= DATA LISTING =
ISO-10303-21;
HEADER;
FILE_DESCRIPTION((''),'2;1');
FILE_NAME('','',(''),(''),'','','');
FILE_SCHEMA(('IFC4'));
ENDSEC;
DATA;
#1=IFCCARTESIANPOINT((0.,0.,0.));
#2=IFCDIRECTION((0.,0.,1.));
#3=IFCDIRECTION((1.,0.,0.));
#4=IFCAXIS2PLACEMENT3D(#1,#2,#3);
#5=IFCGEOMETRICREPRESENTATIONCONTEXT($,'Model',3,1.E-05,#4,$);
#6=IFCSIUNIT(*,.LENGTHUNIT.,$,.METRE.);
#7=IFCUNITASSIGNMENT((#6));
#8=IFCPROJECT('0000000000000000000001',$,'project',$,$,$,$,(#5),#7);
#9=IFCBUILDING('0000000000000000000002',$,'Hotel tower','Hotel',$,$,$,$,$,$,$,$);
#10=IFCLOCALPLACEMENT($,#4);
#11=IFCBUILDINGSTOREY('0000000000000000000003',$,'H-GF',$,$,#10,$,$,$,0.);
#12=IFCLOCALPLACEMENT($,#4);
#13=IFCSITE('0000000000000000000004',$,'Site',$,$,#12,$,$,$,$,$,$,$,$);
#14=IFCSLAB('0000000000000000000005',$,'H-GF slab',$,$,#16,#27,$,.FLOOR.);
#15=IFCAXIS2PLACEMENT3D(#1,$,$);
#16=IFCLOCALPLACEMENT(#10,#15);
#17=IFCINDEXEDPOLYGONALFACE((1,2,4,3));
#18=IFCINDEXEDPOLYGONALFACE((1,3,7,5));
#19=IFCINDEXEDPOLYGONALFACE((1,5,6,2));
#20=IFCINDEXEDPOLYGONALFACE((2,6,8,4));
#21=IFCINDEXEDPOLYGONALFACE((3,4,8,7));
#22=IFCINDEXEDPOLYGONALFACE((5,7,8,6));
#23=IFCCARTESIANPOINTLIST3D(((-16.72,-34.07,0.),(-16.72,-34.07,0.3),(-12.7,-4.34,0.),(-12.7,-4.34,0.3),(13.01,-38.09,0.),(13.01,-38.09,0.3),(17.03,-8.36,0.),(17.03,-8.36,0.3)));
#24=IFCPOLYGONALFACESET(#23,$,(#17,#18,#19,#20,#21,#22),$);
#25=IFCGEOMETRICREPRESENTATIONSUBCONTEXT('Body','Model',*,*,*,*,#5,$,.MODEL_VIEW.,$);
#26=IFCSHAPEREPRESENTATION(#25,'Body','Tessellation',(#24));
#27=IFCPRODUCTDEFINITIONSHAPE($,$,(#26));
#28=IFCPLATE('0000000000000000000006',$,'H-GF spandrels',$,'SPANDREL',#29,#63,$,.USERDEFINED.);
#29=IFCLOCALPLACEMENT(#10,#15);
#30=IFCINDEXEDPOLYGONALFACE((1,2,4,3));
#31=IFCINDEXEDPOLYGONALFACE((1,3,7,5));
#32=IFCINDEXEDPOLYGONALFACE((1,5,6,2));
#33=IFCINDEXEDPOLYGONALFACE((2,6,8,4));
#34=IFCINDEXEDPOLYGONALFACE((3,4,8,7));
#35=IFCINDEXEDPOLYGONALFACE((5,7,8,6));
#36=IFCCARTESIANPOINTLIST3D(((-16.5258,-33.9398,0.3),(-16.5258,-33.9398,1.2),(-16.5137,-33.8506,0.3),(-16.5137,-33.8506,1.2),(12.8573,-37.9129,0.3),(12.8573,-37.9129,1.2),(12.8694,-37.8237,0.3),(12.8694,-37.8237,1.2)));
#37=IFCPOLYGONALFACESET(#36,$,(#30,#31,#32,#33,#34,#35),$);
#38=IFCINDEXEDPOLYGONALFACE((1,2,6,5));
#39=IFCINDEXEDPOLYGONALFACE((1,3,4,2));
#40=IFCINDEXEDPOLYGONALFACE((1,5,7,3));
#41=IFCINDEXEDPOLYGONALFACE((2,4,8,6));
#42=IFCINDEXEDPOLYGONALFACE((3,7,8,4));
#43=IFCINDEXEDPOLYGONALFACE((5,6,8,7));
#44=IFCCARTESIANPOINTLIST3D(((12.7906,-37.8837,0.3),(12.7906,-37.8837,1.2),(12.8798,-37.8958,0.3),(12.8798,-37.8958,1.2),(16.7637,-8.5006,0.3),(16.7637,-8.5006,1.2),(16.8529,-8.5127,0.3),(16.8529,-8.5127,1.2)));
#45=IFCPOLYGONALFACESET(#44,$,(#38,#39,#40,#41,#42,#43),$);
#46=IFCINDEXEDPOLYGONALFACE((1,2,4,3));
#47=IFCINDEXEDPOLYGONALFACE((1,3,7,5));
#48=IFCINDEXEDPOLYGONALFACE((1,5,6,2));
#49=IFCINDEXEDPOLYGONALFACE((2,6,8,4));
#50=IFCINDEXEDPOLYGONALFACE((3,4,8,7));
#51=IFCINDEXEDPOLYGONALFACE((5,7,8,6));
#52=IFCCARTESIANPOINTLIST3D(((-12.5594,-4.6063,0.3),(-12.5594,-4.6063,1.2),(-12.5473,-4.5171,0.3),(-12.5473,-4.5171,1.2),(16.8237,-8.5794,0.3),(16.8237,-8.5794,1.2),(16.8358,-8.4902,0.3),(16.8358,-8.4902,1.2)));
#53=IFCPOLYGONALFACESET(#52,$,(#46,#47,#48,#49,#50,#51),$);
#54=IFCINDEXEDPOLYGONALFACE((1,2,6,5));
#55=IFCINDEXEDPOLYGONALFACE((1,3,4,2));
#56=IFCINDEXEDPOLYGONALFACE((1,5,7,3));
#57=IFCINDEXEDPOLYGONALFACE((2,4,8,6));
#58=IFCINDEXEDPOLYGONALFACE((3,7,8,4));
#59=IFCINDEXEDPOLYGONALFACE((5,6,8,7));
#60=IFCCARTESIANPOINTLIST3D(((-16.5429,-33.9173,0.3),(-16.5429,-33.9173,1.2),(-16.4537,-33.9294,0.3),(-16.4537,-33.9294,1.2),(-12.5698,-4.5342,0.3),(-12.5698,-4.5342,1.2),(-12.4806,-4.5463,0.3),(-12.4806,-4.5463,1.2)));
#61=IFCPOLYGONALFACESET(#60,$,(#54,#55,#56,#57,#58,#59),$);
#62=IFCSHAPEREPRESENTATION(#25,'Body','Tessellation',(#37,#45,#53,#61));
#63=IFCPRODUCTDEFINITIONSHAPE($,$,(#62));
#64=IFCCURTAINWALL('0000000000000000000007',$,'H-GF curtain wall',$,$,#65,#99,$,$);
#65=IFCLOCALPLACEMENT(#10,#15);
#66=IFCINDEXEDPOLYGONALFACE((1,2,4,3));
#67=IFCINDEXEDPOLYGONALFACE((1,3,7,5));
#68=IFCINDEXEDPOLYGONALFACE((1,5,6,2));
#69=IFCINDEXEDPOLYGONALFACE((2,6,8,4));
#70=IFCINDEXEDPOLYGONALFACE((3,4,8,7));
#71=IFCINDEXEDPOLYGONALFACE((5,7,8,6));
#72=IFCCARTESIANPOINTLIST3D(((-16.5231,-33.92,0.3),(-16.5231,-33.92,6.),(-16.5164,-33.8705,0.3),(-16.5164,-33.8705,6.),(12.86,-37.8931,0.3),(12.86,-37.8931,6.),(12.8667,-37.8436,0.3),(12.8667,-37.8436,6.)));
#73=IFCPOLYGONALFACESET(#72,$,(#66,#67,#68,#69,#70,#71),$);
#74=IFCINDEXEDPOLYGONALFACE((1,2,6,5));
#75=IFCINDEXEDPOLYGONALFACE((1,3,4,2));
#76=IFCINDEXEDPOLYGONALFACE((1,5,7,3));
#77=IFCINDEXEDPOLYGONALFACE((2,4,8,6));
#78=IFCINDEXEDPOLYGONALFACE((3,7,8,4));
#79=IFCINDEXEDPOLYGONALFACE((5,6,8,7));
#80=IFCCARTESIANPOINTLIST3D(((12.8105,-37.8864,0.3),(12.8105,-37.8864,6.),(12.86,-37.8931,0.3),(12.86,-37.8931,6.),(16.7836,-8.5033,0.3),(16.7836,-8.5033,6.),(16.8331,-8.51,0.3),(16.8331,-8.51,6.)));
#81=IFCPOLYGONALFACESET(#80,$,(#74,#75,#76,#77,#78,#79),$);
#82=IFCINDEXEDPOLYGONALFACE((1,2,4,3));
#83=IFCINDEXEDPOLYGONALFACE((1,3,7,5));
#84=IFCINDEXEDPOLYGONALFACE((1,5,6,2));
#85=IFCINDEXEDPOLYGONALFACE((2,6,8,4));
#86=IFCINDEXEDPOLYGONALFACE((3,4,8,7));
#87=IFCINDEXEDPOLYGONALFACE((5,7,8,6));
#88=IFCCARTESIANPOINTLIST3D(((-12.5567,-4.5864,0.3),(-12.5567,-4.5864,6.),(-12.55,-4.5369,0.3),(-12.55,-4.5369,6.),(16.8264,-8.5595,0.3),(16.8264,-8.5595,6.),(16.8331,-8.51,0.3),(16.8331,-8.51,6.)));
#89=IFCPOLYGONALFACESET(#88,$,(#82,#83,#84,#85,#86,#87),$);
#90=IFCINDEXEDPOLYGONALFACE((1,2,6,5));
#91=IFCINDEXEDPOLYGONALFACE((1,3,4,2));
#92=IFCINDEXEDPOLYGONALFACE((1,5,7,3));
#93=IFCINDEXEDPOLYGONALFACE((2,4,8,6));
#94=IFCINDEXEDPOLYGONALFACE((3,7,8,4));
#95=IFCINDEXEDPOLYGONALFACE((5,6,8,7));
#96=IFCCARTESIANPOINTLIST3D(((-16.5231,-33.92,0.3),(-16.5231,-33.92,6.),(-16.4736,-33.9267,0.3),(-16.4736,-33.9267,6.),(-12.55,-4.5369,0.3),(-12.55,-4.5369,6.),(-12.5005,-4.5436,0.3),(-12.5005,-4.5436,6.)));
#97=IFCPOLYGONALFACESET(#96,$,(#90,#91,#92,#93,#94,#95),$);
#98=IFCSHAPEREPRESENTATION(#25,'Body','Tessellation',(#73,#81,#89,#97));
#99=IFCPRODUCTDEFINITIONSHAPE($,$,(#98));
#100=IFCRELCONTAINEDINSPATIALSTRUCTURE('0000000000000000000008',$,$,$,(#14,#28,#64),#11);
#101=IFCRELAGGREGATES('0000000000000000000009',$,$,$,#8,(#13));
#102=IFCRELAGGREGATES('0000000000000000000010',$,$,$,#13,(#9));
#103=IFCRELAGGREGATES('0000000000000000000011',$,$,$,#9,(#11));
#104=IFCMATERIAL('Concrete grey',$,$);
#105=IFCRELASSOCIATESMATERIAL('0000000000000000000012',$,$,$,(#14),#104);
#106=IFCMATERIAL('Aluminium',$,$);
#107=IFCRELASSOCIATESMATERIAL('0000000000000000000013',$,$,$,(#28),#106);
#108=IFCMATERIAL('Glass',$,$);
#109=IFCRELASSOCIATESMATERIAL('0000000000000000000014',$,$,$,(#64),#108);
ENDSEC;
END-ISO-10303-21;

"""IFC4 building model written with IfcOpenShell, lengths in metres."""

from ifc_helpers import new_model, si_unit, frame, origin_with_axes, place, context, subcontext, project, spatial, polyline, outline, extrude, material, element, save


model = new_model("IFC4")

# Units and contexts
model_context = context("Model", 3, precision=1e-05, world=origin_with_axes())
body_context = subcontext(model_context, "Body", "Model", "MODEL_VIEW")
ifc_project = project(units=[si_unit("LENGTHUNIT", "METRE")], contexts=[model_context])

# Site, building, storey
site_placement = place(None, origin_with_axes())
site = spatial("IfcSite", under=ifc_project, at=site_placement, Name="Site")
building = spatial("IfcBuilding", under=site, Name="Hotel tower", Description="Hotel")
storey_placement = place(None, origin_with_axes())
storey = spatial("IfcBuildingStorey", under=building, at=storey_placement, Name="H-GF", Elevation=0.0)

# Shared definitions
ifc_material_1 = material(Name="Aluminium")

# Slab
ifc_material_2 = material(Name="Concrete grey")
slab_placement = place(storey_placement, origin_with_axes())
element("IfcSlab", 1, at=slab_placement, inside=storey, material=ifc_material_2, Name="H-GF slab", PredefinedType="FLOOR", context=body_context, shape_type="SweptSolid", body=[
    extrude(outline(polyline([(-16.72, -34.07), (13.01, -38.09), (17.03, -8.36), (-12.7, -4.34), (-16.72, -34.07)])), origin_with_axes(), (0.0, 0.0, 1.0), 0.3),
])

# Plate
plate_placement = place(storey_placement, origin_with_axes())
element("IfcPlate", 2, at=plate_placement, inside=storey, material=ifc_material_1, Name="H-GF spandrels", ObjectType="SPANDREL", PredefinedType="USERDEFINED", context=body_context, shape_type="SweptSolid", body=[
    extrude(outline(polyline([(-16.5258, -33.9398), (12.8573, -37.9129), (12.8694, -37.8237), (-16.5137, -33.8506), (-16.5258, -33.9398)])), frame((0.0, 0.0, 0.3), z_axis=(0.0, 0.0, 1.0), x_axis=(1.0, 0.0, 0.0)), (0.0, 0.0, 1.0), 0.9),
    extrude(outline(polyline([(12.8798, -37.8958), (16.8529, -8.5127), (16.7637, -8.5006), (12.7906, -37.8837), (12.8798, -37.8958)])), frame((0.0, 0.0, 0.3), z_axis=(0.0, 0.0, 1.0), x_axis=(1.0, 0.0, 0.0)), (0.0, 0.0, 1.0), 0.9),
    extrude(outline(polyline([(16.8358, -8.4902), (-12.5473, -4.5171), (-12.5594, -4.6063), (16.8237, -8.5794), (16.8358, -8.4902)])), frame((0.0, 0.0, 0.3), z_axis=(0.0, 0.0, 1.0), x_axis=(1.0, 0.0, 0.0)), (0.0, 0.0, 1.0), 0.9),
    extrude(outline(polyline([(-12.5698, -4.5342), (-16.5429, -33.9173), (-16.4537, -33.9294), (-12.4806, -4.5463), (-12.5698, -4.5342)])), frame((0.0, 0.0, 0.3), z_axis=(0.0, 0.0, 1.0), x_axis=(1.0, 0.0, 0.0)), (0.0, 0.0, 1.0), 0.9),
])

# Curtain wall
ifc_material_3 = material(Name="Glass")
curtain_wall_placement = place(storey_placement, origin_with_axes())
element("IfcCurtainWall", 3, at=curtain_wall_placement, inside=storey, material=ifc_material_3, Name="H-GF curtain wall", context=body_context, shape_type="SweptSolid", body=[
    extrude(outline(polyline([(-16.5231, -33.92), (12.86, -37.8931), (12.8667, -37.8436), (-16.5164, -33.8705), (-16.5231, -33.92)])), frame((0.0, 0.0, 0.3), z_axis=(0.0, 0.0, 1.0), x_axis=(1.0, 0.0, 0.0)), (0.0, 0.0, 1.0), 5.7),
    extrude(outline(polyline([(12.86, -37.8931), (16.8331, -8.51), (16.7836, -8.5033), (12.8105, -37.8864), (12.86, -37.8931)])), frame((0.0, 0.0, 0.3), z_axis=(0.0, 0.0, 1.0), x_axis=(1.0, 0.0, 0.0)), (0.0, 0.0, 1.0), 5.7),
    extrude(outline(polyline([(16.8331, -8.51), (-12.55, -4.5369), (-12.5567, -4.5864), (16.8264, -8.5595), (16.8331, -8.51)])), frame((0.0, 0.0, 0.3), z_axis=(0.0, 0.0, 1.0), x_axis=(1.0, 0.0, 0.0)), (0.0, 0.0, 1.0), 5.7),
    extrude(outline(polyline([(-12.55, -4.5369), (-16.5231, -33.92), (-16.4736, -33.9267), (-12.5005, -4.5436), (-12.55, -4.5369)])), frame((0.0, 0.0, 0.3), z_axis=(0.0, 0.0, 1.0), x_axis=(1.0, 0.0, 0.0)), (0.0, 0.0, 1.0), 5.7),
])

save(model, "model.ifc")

= EXERCISE DESCRIPTION =
Print exactly the lines above from the one with "#92=IFCINDEXEDPOLYGONALFACE((1,5,7,3));" to the one with "END-ISO-10303-21;", including both.

= OUTPUT BELOW =
#92=IFCINDEXEDPOLYGONALFACE((1,5,7,3));
#93=IFCINDEXEDPOLYGONALFACE((2,4,8,6));
#94=IFCINDEXEDPOLYGONALFACE((3,7,8,4));
#95=IFCINDEXEDPOLYGONALFACE((5,6,8,7));
#96=IFCCARTESIANPOINTLIST3D(((-16.5231,-33.92,0.3),(-16.5231,-33.92,6.),(-16.4736,-33.9267,0.3),(-16.4736,-33.9267,6.),(-12.55,-4.5369,0.3),(-12.55,-4.5369,6.),(-12.5005,-4.5436,0.3),(-12.5005,-4.5436,6.)));
#97=IFCPOLYGONALFACESET(#96,$,(#90,#91,#92,#93,#94,#95),$);
#98=IFCSHAPEREPRESENTATION(#25,'Body','Tessellation',(#73,#81,#89,#97));
#99=IFCPRODUCTDEFINITIONSHAPE($,$,(#98));
#100=IFCRELCONTAINEDINSPATIALSTRUCTURE('0000000000000000000008',$,$,$,(#14,#28,#64),#11);
#101=IFCRELAGGREGATES('0000000000000000000009',$,$,$,#8,(#13));
#102=IFCRELAGGREGATES('0000000000000000000010',$,$,$,#13,(#9));
#103=IFCRELAGGREGATES('0000000000000000000011',$,$,$,#9,(#11));
#104=IFCMATERIAL('Concrete grey',$,$);
#105=IFCRELASSOCIATESMATERIAL('0000000000000000000012',$,$,$,(#14),#104);
#106=IFCMATERIAL('Aluminium',$,$);
#107=IFCRELASSOCIATESMATERIAL('0000000000000000000013',$,$,$,(#28),#106);
#108=IFCMATERIAL('Glass',$,$);
#109=IFCRELASSOCIATESMATERIAL('0000000000000000000014',$,$,$,(#64),#108);
ENDSEC;
END-ISO-10303-21;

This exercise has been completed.